- _Work required_: If a line in the entries contains the word "IFCPRODUCTDEFINITIONSHAPE", list it.

____________________

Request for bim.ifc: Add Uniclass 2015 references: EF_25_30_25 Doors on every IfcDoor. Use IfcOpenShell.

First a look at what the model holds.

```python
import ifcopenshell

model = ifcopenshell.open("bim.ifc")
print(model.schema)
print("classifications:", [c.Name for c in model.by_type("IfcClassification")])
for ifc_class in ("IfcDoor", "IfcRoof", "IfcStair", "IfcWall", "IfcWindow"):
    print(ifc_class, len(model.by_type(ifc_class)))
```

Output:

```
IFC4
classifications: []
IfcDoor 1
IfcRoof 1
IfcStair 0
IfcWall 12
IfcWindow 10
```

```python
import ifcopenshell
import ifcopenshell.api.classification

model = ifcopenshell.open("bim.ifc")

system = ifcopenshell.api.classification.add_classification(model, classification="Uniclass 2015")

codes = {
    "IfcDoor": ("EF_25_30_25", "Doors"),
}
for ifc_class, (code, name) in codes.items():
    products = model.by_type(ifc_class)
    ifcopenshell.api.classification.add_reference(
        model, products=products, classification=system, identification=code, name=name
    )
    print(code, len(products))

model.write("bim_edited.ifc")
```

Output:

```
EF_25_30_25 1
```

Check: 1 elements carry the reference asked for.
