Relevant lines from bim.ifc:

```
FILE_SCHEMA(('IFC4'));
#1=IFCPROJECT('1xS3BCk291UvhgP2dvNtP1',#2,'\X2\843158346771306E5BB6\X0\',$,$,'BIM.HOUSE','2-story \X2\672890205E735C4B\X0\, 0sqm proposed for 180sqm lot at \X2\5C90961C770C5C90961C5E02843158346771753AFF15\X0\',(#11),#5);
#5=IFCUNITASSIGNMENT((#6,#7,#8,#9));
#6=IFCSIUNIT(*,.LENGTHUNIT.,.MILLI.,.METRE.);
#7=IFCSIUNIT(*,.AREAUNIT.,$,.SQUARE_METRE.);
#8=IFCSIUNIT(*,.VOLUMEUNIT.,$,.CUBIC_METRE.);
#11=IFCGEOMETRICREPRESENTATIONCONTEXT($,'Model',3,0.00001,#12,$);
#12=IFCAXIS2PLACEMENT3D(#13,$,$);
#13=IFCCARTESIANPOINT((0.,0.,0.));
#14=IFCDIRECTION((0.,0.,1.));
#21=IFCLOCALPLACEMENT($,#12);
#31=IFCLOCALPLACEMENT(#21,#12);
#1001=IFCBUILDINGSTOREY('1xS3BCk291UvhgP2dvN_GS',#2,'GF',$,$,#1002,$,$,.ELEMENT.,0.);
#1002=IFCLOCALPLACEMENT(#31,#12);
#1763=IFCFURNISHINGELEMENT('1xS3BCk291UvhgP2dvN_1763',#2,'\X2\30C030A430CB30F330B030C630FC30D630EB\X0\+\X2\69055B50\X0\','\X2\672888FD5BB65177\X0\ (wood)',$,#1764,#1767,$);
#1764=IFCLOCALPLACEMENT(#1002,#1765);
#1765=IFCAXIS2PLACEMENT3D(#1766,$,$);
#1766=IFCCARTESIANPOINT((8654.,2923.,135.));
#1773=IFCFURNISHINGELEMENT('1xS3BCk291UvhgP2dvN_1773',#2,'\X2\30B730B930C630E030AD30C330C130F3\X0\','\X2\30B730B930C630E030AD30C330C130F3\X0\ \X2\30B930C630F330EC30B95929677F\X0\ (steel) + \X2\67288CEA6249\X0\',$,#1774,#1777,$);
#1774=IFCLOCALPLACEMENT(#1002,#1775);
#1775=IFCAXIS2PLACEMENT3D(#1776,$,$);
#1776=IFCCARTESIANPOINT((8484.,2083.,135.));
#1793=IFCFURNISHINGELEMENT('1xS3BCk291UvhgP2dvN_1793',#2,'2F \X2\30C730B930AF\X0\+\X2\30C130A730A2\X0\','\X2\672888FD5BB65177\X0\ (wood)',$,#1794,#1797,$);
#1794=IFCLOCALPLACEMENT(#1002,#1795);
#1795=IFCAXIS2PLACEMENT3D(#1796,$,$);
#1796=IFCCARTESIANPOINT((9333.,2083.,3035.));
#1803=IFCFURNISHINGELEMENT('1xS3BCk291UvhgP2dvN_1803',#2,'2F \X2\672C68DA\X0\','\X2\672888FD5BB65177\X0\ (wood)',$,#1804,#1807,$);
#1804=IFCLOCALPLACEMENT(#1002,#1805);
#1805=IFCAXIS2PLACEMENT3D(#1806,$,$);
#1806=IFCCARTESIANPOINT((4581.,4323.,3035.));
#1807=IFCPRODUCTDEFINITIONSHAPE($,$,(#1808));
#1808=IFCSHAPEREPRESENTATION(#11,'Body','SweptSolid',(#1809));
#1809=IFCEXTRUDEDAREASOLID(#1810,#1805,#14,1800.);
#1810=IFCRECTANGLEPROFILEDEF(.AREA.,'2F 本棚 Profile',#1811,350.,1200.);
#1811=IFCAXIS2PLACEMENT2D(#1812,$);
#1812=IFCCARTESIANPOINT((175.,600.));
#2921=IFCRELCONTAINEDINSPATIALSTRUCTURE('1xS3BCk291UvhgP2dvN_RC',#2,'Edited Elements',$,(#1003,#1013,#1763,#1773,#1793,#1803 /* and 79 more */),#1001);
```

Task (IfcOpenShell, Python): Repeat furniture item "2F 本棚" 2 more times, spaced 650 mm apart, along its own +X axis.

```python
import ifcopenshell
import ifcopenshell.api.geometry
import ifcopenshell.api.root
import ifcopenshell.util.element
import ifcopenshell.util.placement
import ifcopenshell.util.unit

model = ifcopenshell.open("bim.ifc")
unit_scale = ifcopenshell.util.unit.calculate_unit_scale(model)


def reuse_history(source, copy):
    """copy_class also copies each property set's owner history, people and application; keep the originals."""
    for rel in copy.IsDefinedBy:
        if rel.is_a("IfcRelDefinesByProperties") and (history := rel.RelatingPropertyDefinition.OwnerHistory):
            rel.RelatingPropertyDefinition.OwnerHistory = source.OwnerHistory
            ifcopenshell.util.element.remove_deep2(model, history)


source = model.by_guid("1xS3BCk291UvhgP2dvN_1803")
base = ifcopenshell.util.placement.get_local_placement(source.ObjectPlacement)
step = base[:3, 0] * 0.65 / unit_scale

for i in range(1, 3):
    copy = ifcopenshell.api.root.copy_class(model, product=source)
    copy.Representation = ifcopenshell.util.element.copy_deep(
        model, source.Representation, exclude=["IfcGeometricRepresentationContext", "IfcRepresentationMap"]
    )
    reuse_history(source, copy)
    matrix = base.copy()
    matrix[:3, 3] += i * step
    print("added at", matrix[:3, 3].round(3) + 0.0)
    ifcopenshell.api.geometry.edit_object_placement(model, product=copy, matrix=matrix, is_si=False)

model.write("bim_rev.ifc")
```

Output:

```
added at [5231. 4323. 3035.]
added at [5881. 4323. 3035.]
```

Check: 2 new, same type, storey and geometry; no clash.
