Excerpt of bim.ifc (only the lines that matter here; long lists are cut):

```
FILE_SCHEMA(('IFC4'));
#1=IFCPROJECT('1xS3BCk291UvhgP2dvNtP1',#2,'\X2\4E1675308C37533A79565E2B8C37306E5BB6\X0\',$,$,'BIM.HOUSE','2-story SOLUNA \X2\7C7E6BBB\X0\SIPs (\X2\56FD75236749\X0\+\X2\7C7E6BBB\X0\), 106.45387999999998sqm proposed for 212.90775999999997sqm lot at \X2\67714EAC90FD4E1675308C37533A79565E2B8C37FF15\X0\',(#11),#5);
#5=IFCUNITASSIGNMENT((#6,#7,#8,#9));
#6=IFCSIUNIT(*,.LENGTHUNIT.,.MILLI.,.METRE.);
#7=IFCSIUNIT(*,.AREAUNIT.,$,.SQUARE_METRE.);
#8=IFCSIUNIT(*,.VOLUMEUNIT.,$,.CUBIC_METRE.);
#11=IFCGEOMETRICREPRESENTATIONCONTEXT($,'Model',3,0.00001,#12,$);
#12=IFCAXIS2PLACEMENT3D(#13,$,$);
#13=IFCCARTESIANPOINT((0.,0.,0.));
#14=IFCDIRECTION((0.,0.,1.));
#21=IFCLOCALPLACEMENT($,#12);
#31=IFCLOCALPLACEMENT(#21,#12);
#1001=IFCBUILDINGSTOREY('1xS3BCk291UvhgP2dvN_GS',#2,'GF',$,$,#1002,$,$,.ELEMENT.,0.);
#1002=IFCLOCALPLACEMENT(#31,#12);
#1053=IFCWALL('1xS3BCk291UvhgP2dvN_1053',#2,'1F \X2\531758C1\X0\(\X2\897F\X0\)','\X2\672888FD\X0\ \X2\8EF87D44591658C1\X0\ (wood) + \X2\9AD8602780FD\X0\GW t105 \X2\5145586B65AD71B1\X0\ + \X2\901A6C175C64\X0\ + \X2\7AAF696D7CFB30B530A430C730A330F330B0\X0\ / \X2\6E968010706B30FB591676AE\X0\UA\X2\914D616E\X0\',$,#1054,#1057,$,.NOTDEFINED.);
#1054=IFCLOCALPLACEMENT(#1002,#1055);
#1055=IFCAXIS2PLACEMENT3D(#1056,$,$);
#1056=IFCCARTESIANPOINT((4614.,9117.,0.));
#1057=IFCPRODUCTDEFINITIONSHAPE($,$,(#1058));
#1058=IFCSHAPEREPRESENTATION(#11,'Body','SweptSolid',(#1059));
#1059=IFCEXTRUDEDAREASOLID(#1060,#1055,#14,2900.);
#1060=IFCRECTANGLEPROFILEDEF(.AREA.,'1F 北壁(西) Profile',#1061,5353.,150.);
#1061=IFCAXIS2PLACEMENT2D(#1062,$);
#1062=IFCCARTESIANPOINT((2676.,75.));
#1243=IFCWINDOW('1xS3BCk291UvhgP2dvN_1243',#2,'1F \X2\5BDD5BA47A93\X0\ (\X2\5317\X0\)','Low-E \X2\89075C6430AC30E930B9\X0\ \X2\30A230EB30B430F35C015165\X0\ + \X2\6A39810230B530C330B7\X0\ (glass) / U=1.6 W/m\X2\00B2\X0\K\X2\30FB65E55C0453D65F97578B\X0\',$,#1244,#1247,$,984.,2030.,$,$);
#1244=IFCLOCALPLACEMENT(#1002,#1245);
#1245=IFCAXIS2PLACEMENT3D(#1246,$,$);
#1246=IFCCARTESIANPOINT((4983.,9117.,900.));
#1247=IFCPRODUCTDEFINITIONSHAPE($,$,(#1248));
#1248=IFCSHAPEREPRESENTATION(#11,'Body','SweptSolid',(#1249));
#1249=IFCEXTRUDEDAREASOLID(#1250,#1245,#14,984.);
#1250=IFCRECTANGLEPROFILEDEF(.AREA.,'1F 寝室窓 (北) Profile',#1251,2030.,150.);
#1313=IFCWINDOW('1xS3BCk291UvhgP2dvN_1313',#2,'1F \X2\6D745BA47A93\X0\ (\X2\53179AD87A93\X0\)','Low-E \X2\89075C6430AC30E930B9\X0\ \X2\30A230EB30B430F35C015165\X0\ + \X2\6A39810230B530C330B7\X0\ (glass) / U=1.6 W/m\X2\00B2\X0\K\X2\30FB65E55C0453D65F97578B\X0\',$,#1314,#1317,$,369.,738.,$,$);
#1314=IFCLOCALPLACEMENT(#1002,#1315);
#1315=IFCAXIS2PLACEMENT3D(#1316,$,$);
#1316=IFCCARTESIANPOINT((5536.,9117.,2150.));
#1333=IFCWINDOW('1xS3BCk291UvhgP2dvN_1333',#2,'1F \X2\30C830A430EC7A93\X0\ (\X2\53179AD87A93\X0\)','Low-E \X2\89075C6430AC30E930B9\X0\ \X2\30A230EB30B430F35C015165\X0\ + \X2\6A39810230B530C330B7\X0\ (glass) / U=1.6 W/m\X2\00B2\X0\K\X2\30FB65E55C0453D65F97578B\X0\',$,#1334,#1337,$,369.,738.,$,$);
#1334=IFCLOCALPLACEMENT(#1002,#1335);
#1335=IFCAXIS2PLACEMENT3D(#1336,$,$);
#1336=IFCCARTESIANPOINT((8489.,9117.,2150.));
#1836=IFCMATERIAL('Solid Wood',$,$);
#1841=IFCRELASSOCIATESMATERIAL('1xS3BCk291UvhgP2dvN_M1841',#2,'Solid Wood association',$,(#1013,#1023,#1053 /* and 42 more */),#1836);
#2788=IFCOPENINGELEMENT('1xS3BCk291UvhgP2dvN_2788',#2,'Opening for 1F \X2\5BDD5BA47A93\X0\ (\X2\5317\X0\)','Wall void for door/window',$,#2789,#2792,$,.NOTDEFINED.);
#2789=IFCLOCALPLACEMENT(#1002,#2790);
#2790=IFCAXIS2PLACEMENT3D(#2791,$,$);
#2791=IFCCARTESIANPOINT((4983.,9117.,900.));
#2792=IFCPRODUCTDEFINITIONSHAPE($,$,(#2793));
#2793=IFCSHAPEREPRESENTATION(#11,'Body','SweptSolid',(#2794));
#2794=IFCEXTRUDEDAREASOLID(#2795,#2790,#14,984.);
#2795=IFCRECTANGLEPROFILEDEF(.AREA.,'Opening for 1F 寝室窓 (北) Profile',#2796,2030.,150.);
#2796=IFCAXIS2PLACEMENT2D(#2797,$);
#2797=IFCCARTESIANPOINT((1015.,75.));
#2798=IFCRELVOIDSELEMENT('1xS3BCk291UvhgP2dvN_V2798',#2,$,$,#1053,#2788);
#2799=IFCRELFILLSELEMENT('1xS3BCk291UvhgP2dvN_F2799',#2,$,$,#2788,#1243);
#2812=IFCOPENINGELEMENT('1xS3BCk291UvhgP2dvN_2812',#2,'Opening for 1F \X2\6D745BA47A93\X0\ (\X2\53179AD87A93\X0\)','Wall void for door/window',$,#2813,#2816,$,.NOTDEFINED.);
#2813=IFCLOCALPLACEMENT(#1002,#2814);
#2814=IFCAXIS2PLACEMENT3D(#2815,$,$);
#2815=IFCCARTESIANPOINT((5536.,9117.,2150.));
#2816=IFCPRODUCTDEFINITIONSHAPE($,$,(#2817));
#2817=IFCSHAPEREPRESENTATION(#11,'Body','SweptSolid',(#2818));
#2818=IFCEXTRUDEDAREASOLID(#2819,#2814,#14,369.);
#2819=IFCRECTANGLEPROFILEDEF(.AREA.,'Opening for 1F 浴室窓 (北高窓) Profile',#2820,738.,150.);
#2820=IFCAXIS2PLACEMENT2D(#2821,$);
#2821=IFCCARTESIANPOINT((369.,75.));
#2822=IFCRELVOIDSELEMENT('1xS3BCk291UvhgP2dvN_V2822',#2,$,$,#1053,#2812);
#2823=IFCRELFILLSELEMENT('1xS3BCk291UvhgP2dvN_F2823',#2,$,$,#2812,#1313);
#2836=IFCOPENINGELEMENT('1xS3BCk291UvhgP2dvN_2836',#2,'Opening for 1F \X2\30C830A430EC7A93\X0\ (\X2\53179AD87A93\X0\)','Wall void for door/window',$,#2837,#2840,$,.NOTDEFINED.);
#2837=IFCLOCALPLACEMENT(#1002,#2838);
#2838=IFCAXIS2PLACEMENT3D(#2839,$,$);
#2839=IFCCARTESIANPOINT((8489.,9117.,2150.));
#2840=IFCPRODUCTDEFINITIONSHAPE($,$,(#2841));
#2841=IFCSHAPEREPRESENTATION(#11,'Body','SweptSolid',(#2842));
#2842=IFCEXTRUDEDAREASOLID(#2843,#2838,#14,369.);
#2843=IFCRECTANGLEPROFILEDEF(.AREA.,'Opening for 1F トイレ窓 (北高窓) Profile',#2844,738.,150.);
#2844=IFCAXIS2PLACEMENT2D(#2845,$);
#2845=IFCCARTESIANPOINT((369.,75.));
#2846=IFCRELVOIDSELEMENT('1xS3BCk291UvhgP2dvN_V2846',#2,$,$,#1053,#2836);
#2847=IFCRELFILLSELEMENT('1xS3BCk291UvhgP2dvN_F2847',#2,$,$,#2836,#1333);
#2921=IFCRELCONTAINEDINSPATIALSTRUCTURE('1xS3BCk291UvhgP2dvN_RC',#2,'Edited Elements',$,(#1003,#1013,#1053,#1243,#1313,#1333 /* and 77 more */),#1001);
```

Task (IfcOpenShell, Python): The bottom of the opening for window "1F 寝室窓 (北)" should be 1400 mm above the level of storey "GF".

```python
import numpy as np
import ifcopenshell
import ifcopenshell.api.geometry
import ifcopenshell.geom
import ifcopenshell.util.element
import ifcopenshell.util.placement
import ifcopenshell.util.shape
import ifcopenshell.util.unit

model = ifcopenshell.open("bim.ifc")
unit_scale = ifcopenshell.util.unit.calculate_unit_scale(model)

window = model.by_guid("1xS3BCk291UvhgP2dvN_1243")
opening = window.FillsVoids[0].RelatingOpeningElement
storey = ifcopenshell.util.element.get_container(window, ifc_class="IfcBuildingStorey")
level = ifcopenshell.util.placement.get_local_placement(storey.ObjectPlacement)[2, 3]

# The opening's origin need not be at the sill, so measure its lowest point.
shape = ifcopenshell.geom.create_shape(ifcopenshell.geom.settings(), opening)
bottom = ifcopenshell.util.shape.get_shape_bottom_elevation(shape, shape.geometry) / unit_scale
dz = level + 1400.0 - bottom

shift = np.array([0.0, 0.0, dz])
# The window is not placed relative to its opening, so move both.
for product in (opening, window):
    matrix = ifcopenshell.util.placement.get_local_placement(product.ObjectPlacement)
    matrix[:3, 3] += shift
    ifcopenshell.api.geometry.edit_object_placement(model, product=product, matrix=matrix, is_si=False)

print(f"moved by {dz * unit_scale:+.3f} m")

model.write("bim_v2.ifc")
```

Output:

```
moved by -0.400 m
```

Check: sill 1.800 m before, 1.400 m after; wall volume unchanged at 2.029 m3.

____________________

- _Solved problem_:
#1807=IFCPRODUCTDEFINITIONSHAPE($,$,(#1808));
#1057=IFCPRODUCTDEFINITIONSHAPE($,$,(#1058));
#1247=IFCPRODUCTDEFINITIONSHAPE($,$,(#1248));
#2792=IFCPRODUCTDEFINITIONSHAPE($,$,(#2793));
#2816=IFCPRODUCTDEFINITIONSHAPE($,$,(#2817));
#2840=IFCPRODUCTDEFINITIONSHAPE($,$,(#2841));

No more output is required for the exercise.